Long-Tailed distributions are pervasive in remote sensing due to the inherently imbalanced occurrence of grounded objects. However, a critical challenge remains largely overlooked, i.e., disentangling hard tail data samples from noisy ambiguous ones. Conventional methods often indiscriminately emphasize all low-confidence samples, leading to overfitting on noisy data. To bridge this gap, building upon Evidential Deep Learning, we propose a model-agnostic uncertainty-aware framework termed DUAL, which dynamically disentangles prediction uncertainty into Epistemic Uncertainty (EU) and Aleatoric Uncertainty (AU). Specifically, we introduce EU as an indicator of sample scarcity to guide a reweighting strategy for hard-to-learn tail samples, while leveraging AU to quantify data ambiguity, employing an adaptive label smoothing mechanism to suppress the impact of noise. Extensive experiments on multiple datasets across various backbones demonstrate the effectiveness and generalization of our framework, surpassing strong baselines such as TGN and SADE. Ablation studies provide further insights into the crucial choices of our design.
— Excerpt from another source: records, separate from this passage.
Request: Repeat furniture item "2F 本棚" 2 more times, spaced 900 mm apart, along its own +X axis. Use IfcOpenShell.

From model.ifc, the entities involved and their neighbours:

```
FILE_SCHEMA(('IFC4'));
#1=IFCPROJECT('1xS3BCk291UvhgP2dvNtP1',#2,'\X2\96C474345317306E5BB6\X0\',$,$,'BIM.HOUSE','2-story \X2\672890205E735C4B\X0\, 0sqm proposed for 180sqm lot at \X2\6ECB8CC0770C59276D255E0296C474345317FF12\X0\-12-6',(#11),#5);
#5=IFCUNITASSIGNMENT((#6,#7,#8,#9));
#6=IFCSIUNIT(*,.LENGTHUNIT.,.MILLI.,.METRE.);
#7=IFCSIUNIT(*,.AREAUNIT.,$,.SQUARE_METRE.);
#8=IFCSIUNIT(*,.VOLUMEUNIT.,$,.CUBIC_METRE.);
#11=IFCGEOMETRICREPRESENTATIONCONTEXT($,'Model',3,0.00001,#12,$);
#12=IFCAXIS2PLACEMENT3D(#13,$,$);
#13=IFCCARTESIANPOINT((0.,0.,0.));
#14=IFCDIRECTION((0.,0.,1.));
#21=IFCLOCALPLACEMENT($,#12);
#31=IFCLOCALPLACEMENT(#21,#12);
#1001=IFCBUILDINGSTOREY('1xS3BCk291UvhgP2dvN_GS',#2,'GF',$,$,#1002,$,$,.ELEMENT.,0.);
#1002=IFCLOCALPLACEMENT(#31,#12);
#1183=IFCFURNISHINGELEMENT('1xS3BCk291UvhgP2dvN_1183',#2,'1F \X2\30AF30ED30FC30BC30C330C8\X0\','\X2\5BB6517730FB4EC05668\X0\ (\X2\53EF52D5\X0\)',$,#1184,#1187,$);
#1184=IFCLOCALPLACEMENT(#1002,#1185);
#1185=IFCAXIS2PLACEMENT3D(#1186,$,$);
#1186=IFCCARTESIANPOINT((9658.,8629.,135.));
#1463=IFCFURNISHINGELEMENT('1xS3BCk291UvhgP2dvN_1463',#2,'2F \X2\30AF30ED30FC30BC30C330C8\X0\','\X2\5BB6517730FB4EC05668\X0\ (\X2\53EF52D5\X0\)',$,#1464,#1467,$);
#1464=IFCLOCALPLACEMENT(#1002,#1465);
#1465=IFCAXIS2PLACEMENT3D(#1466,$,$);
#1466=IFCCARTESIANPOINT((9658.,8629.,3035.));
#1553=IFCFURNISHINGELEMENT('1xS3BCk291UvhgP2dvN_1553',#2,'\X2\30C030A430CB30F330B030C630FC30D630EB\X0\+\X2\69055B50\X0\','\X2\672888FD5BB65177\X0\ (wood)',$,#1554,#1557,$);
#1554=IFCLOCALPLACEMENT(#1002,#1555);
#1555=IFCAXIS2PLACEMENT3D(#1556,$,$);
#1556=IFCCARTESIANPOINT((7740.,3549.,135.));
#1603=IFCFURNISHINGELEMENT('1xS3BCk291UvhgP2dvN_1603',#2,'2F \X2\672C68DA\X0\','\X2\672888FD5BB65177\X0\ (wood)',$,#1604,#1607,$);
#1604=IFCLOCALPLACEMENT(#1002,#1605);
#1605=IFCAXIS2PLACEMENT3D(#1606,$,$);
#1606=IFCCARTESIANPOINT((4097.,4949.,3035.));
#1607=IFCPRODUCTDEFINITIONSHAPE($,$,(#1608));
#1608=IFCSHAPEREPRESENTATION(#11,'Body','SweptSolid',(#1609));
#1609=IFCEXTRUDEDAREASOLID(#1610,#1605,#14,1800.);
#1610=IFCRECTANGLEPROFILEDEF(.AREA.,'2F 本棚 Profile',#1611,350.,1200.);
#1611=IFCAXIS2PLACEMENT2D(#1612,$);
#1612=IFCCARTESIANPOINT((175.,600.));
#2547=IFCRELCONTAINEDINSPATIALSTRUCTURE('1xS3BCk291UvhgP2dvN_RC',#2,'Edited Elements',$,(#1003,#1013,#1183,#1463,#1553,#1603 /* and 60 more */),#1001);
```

```python
import ifcopenshell
import ifcopenshell.api.geometry
import ifcopenshell.api.root
import ifcopenshell.util.element
import ifcopenshell.util.placement
import ifcopenshell.util.unit

model = ifcopenshell.open("model.ifc")
unit_scale = ifcopenshell.util.unit.calculate_unit_scale(model)


def reuse_history(source, copy):
    """copy_class also copies each property set's owner history, people and application; keep the originals."""
    for rel in copy.IsDefinedBy:
        if rel.is_a("IfcRelDefinesByProperties") and (history := rel.RelatingPropertyDefinition.OwnerHistory):
            rel.RelatingPropertyDefinition.OwnerHistory = source.OwnerHistory
            ifcopenshell.util.element.remove_deep2(model, history)


source = model.by_guid("1xS3BCk291UvhgP2dvN_1603")
base = ifcopenshell.util.placement.get_local_placement(source.ObjectPlacement)
step = base[:3, 0] * 0.9 / unit_scale

for i in range(1, 3):
    copy = ifcopenshell.api.root.copy_class(model, product=source)
    copy.Representation = ifcopenshell.util.element.copy_deep(
        model, source.Representation, exclude=["IfcGeometricRepresentationContext", "IfcRepresentationMap"]
    )
    reuse_history(source, copy)
    matrix = base.copy()
    matrix[:3, 3] += i * step
    print("added at", matrix[:3, 3].round(3) + 0.0)
    ifcopenshell.api.geometry.edit_object_placement(model, product=copy, matrix=matrix, is_si=False)

model.write("model_rev.ifc")
```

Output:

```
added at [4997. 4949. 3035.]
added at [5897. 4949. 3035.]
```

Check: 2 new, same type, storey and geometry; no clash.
翻译：长尾分布因地面物体固有的不平衡出现而在遥感领域普遍存在。然而，一个关键挑战在很大程度上被忽视，即如何将困难的尾部数据样本与模糊的噪声样本区分开来。传统方法往往不加区分地强调所有低置信度样本，导致对噪声数据的过拟合。为弥补这一差距，我们在证据深度学习的基础上，提出了一种模型无关的不确定性感知框架，称为DUAL，该框架动态地将预测不确定性解耦为认知不确定性（EU）和偶然不确定性（AU）。具体而言，我们引入EU作为样本稀缺性的指标，以指导针对难学习的尾部样本的重新加权策略，同时利用AU来量化数据模糊性，采用自适应标签平滑机制来抑制噪声的影响。在多种骨干网络和多个数据集上的大量实验证明了我们框架的有效性和泛化能力，其性能超越了TGN和SADE等强基线。消融研究进一步揭示了设计中关键选择的重要性。